At this time of experimentation, adaptation and recovery we can reflect on the current reality of the ‘experience economy’ conceived by Pine and Gilmore in 1998, given that immersion is a contested term and the diverse forms listed above all have complex histories. The goal is to bring together perspectives from the global research community across multiple disciplines which have a stake in developing, studying and critically interrogating immersive storytelling.

The Editors welcome contributions on any topic related to immersive storytelling, such as:

  • Definitional debates and histories. This could include taxonomies, historical background, disciplinary perspectives and comparative analyses of existing works.
  • Collaboration and partnership models. This could include examples of production practice, digitally enabled forms (including algorithmic/automated generation) and authoring processes (including co-creation).
  • Platforms, tools, techniques. This could include content creation tools, underpinning technologies/techniques, prototype systems, conceptual designs and strategies to scaffold user interaction.
  • Aesthetics and new modes of experience. This could include emergent/hybrid creative methodologies, economic value, business model innovation, the contexts of consumption, industries of research and criticism, investment priorities (e.g. the UK’s ?72 million Creative Industries Sector Deal); and the impact of these on cultural policy, professional skills and creative sector employment, especially in light of threats to arts funding
  • Critical approaches to immersive storytelling. This could include modes of participation (agency, liveness, presence and collective experience) and strategies of support (funding and pricing models).
  • Researching immersion and immersive experiences.
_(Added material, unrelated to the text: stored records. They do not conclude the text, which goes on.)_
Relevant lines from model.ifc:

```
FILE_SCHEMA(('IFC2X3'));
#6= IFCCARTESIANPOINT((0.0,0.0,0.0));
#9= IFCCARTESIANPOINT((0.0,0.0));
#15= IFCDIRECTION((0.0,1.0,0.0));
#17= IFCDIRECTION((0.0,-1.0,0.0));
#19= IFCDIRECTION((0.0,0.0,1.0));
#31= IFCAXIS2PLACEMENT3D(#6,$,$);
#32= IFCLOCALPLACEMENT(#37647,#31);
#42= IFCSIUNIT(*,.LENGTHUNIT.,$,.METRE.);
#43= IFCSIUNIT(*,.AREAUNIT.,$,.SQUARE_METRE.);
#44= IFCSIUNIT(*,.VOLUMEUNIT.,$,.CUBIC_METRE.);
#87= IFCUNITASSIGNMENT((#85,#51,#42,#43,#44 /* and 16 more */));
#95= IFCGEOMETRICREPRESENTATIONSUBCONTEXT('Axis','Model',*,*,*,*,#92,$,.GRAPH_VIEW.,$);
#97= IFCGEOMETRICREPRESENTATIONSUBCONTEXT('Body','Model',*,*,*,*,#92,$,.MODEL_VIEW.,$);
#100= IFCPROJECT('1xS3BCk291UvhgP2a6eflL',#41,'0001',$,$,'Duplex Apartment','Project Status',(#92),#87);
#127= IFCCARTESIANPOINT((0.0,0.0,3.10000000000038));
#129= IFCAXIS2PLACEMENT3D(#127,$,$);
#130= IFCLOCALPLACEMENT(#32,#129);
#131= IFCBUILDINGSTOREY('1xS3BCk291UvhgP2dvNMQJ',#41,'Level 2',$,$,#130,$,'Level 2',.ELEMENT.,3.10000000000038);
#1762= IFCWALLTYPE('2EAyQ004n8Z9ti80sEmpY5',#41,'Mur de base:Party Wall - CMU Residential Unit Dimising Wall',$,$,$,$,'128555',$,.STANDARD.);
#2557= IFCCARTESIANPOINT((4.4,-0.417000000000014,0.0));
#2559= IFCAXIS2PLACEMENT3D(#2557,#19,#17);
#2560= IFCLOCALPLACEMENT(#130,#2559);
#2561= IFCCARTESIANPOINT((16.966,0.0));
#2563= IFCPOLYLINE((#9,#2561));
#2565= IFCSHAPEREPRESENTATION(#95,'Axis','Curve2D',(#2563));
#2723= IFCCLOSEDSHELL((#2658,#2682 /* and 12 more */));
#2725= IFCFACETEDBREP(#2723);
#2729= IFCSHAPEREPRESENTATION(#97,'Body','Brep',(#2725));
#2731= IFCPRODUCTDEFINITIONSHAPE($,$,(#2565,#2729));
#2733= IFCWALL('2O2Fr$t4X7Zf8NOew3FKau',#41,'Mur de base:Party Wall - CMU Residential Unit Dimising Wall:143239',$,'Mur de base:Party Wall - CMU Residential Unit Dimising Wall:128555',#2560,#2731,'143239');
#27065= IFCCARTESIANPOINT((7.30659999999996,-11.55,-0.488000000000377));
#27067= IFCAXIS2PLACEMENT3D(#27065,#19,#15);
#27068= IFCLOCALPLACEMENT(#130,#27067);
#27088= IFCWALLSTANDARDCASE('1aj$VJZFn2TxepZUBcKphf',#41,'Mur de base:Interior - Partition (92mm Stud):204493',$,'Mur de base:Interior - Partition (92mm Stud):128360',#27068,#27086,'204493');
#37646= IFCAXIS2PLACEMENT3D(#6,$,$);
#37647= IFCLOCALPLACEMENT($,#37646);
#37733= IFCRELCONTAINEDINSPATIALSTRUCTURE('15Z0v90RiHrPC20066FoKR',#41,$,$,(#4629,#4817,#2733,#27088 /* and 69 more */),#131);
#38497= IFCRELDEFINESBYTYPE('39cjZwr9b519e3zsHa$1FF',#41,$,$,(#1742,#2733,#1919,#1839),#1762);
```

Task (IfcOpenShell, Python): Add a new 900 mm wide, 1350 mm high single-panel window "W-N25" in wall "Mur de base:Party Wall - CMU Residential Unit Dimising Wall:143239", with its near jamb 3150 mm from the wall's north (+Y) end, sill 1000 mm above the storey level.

```python
import numpy as np
import ifcopenshell
import ifcopenshell.api.feature
import ifcopenshell.api.geometry
import ifcopenshell.api.root
import ifcopenshell.api.spatial
import ifcopenshell.api.type
import ifcopenshell.geom
import ifcopenshell.util.element
import ifcopenshell.util.placement
import ifcopenshell.util.representation
import ifcopenshell.util.shape
import ifcopenshell.util.unit

model = ifcopenshell.open("model.ifc")
unit_scale = ifcopenshell.util.unit.calculate_unit_scale(model)
settings = ifcopenshell.geom.settings()


def volume(element):
    """Net volume in cubic metres, openings subtracted."""
    shape = ifcopenshell.geom.create_shape(settings, element)
    return ifcopenshell.util.shape.get_volume(shape.geometry)


wall = model.by_guid("2O2Fr$t4X7Zf8NOew3FKau")
storey = ifcopenshell.util.element.get_container(wall, ifc_class="IfcBuildingStorey")
context = ifcopenshell.util.representation.get_context(model, "Model", "Body", "MODEL_VIEW")
before = volume(wall)

width, height, from_end, sill = 0.9, 1.35, 3.15, 1  # metres

# The wall runs along its own X axis, and the end named is its -X end.
wall_shape = ifcopenshell.geom.create_shape(settings, wall)
x, y, z = ifcopenshell.util.shape.get_vertices(wall_shape.geometry).T
start = x.min() + from_end
face, thickness = float(y.min()), float(y.max() - y.min())
wall_matrix = ifcopenshell.util.placement.get_local_placement(wall.ObjectPlacement)
level = ifcopenshell.util.placement.get_local_placement(storey.ObjectPlacement)[2, 3]


def in_wall(x, y):
    """Placement at x, y metres in the wall's axes, at sill height."""
    matrix = wall_matrix.copy()
    matrix[:, 3] = wall_matrix @ np.array([x / unit_scale, y / unit_scale, 0.0, 1.0])
    matrix[2, 3] = level + sill / unit_scale
    return matrix


# Opening: a box that overshoots both wall faces by 50 mm.
opening = ifcopenshell.api.root.create_entity(model, ifc_class="IfcOpeningElement")
box = ifcopenshell.api.geometry.add_wall_representation(
    model, context=context, length=width, height=height, thickness=thickness + 0.1
)
ifcopenshell.api.geometry.assign_representation(model, product=opening, representation=box)
ifcopenshell.api.geometry.edit_object_placement(model, product=opening, matrix=in_wall(start, face - 0.05), is_si=False)
ifcopenshell.api.feature.add_feature(model, feature=opening, element=wall)

window = ifcopenshell.api.root.create_entity(model, ifc_class="IfcWindow", name="W-N25")
window.OverallWidth, window.OverallHeight = width / unit_scale, height / unit_scale
body = ifcopenshell.api.geometry.add_window_representation(
    model,
    context=context,
    overall_width=window.OverallWidth,
    overall_height=window.OverallHeight,
    partition_type="SINGLE_PANEL",
)
ifcopenshell.api.geometry.assign_representation(model, product=window, representation=body)
ifcopenshell.api.spatial.assign_container(model, products=[window], relating_structure=storey)
fills = ifcopenshell.api.feature.add_filling(model, opening=opening, element=window)
fills.OwnerHistory = window.OwnerHistory  # required in IFC2X3

# IFC2X3 keeps the operation on the window style.
style = ifcopenshell.api.root.create_entity(model, ifc_class="IfcWindowStyle", name="W-N25")
style.OperationType, style.ConstructionType = "SINGLE_PANEL", "NOTDEFINED"
style.ParameterTakesPrecedence = style.Sizeable = False
ifcopenshell.api.type.assign_type(model, related_objects=[window], relating_type=style)

# Centre the window in the wall's thickness.
ifcopenshell.api.geometry.edit_object_placement(model, product=window, matrix=in_wall(start, face), is_si=False)
window_shape = ifcopenshell.geom.create_shape(settings, window)
depth = ifcopenshell.util.shape.get_vertices(window_shape.geometry)[:, 1]
offset = face + thickness / 2 - (depth.min() + depth.max()) / 2
ifcopenshell.api.geometry.edit_object_placement(model, product=window, matrix=in_wall(start, offset), is_si=False)

after = volume(wall)

print(f"wall volume {before:.3f} -> {after:.3f} m3")

model.write("model_updated.ifc")
```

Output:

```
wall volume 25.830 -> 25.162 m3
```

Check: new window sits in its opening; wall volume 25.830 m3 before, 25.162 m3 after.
This could include research histories, approaches to user testing and audience research, and intersectional methodologies for analysing creative practice.
  • Sites, contexts and cultures of immersive storytelling production. This could include issues of representation, social justice, public attitudes, the digital divide, global variations in technology access and usage, and the ethics of using personal data (including unintended consequences).

We are open to a range of approaches in exploring this topic, which is broadly conceptualised, and particularly welcome submissions that address immersive storytelling practice, audiences and research in the global south.

To submit: Please send a 500-word abstract and a 100-word bio per author to the guest editors at sarah.martindale@nottingham.ac.uk and jonathan.hook@york.ac.uk by 15 February 2022.

Authors of accepted abstracts will be contacted in mid-March and invited to submit full contributions by 15 June 2022.

Guest Editors: Sarah Martindale (University of Nottingham, UK) and Jonathan Hook (University of York, UK)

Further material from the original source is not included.